SUPPLIED DATA: Begin

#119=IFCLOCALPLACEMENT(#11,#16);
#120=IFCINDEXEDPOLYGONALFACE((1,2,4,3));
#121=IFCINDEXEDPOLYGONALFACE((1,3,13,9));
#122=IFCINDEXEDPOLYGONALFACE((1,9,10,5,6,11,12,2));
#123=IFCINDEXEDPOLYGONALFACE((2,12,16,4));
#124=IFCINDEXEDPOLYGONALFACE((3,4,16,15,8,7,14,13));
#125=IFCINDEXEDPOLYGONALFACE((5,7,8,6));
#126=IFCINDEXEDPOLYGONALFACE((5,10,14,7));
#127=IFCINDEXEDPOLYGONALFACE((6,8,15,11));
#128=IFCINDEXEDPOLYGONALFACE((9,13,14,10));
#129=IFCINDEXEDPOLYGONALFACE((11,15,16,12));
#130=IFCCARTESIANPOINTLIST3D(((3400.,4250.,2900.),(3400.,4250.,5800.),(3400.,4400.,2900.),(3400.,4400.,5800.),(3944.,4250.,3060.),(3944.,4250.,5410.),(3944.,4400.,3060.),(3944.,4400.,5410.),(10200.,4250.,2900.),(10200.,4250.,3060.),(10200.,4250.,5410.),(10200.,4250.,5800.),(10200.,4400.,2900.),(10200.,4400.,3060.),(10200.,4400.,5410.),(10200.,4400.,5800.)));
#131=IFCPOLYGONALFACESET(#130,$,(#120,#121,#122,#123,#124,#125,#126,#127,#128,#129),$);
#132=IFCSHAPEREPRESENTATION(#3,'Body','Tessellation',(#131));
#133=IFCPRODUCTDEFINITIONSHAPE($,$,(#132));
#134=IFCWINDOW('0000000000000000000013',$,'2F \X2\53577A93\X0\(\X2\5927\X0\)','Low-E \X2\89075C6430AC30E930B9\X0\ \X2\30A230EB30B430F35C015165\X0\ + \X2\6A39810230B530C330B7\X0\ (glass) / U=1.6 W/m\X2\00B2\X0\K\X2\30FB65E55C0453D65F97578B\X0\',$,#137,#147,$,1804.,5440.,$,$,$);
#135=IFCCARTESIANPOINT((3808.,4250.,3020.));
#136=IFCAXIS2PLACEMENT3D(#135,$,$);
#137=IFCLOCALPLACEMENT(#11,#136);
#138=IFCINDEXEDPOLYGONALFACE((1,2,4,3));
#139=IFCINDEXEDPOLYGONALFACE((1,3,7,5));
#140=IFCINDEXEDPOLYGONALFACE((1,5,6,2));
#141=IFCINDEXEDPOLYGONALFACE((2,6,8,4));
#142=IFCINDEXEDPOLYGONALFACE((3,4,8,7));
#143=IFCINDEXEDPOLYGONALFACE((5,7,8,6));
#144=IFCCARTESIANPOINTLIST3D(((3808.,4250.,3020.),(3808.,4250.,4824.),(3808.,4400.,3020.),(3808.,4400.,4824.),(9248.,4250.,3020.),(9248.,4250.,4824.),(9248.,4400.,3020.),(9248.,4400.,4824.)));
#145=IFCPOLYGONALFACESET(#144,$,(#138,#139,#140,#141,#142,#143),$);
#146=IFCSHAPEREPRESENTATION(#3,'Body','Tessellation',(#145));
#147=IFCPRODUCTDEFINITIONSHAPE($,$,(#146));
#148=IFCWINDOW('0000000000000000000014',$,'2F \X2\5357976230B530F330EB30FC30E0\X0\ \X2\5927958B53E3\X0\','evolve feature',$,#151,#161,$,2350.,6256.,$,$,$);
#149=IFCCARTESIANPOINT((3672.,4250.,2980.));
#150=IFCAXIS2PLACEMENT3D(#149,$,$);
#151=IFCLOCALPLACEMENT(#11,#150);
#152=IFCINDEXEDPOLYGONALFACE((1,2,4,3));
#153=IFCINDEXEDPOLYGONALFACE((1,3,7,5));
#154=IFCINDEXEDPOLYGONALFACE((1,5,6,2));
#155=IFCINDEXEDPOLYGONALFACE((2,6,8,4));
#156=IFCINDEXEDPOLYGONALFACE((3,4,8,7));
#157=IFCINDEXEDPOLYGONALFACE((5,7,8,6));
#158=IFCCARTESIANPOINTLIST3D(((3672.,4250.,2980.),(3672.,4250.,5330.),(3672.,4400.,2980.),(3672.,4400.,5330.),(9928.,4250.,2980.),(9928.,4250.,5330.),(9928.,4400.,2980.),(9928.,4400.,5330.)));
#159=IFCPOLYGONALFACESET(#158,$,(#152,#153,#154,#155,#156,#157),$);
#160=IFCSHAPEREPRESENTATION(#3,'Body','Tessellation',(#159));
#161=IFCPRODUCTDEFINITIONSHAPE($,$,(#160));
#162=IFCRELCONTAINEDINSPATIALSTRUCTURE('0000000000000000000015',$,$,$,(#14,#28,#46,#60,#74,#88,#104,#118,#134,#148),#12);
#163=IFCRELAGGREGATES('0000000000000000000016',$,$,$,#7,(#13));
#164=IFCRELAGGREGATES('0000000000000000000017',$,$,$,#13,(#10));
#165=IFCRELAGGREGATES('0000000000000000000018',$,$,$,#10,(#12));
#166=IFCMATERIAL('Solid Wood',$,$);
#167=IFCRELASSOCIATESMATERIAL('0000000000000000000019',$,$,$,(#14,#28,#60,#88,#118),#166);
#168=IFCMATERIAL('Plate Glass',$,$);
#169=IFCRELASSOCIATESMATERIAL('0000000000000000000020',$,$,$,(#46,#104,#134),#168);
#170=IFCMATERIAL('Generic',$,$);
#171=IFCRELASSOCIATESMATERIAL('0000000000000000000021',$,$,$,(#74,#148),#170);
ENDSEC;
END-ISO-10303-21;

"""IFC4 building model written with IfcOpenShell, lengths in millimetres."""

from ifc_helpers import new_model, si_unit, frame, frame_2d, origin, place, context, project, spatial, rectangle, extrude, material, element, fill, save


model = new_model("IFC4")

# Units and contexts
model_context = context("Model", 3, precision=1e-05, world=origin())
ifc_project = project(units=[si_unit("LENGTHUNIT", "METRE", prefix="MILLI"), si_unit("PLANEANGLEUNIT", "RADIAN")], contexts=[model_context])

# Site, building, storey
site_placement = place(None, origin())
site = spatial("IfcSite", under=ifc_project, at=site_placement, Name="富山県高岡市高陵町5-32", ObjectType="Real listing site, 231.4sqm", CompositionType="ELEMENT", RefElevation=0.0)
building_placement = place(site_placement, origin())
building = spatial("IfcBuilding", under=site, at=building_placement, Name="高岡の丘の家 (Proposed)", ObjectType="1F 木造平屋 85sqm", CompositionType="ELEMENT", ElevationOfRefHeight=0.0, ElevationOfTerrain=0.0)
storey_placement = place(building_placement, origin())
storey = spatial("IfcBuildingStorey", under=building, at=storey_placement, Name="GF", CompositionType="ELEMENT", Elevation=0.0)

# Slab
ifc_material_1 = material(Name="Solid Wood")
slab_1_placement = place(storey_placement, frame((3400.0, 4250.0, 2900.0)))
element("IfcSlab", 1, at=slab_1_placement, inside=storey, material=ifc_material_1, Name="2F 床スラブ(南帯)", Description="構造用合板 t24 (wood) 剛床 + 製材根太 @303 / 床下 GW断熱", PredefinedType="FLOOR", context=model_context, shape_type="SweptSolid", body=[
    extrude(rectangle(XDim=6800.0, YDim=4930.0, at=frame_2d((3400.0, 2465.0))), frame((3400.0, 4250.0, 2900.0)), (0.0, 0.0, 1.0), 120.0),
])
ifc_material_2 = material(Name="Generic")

SUPPLIED DATA: End

▶ [PROBLEM STATEMENT]: Looking back over the data above, restate word for word the lines that begin at the line with "#126=IFCINDEXEDPOLYGONALFACE((5,10,14,7));" and end at the line with "#156=IFCINDEXEDPOLYGONALFACE((3,4,8,7));", inclusive.

▶ [WRITTEN REPLY]:
#126=IFCINDEXEDPOLYGONALFACE((5,10,14,7));
#127=IFCINDEXEDPOLYGONALFACE((6,8,15,11));
#128=IFCINDEXEDPOLYGONALFACE((9,13,14,10));
#129=IFCINDEXEDPOLYGONALFACE((11,15,16,12));
#130=IFCCARTESIANPOINTLIST3D(((3400.,4250.,2900.),(3400.,4250.,5800.),(3400.,4400.,2900.),(3400.,4400.,5800.),(3944.,4250.,3060.),(3944.,4250.,5410.),(3944.,4400.,3060.),(3944.,4400.,5410.),(10200.,4250.,2900.),(10200.,4250.,3060.),(10200.,4250.,5410.),(10200.,4250.,5800.),(10200.,4400.,2900.),(10200.,4400.,3060.),(10200.,4400.,5410.),(10200.,4400.,5800.)));
#131=IFCPOLYGONALFACESET(#130,$,(#120,#121,#122,#123,#124,#125,#126,#127,#128,#129),$);
#132=IFCSHAPEREPRESENTATION(#3,'Body','Tessellation',(#131));
#133=IFCPRODUCTDEFINITIONSHAPE($,$,(#132));
#134=IFCWINDOW('0000000000000000000013',$,'2F \X2\53577A93\X0\(\X2\5927\X0\)','Low-E \X2\89075C6430AC30E930B9\X0\ \X2\30A230EB30B430F35C015165\X0\ + \X2\6A39810230B530C330B7\X0\ (glass) / U=1.6 W/m\X2\00B2\X0\K\X2\30FB65E55C0453D65F97578B\X0\',$,#137,#147,$,1804.,5440.,$,$,$);
#135=IFCCARTESIANPOINT((3808.,4250.,3020.));
#136=IFCAXIS2PLACEMENT3D(#135,$,$);
#137=IFCLOCALPLACEMENT(#11,#136);
#138=IFCINDEXEDPOLYGONALFACE((1,2,4,3));
#139=IFCINDEXEDPOLYGONALFACE((1,3,7,5));
#140=IFCINDEXEDPOLYGONALFACE((1,5,6,2));
#141=IFCINDEXEDPOLYGONALFACE((2,6,8,4));
#142=IFCINDEXEDPOLYGONALFACE((3,4,8,7));
#143=IFCINDEXEDPOLYGONALFACE((5,7,8,6));
#144=IFCCARTESIANPOINTLIST3D(((3808.,4250.,3020.),(3808.,4250.,4824.),(3808.,4400.,3020.),(3808.,4400.,4824.),(9248.,4250.,3020.),(9248.,4250.,4824.),(9248.,4400.,3020.),(9248.,4400.,4824.)));
#145=IFCPOLYGONALFACESET(#144,$,(#138,#139,#140,#141,#142,#143),$);
#146=IFCSHAPEREPRESENTATION(#3,'Body','Tessellation',(#145));
#147=IFCPRODUCTDEFINITIONSHAPE($,$,(#146));
#148=IFCWINDOW('0000000000000000000014',$,'2F \X2\5357976230B530F330EB30FC30E0\X0\ \X2\5927958B53E3\X0\','evolve feature',$,#151,#161,$,2350.,6256.,$,$,$);
#149=IFCCARTESIANPOINT((3672.,4250.,2980.));
#150=IFCAXIS2PLACEMENT3D(#149,$,$);
#151=IFCLOCALPLACEMENT(#11,#150);
#152=IFCINDEXEDPOLYGONALFACE((1,2,4,3));
#153=IFCINDEXEDPOLYGONALFACE((1,3,7,5));
#154=IFCINDEXEDPOLYGONALFACE((1,5,6,2));
#155=IFCINDEXEDPOLYGONALFACE((2,6,8,4));
#156=IFCINDEXEDPOLYGONALFACE((3,4,8,7));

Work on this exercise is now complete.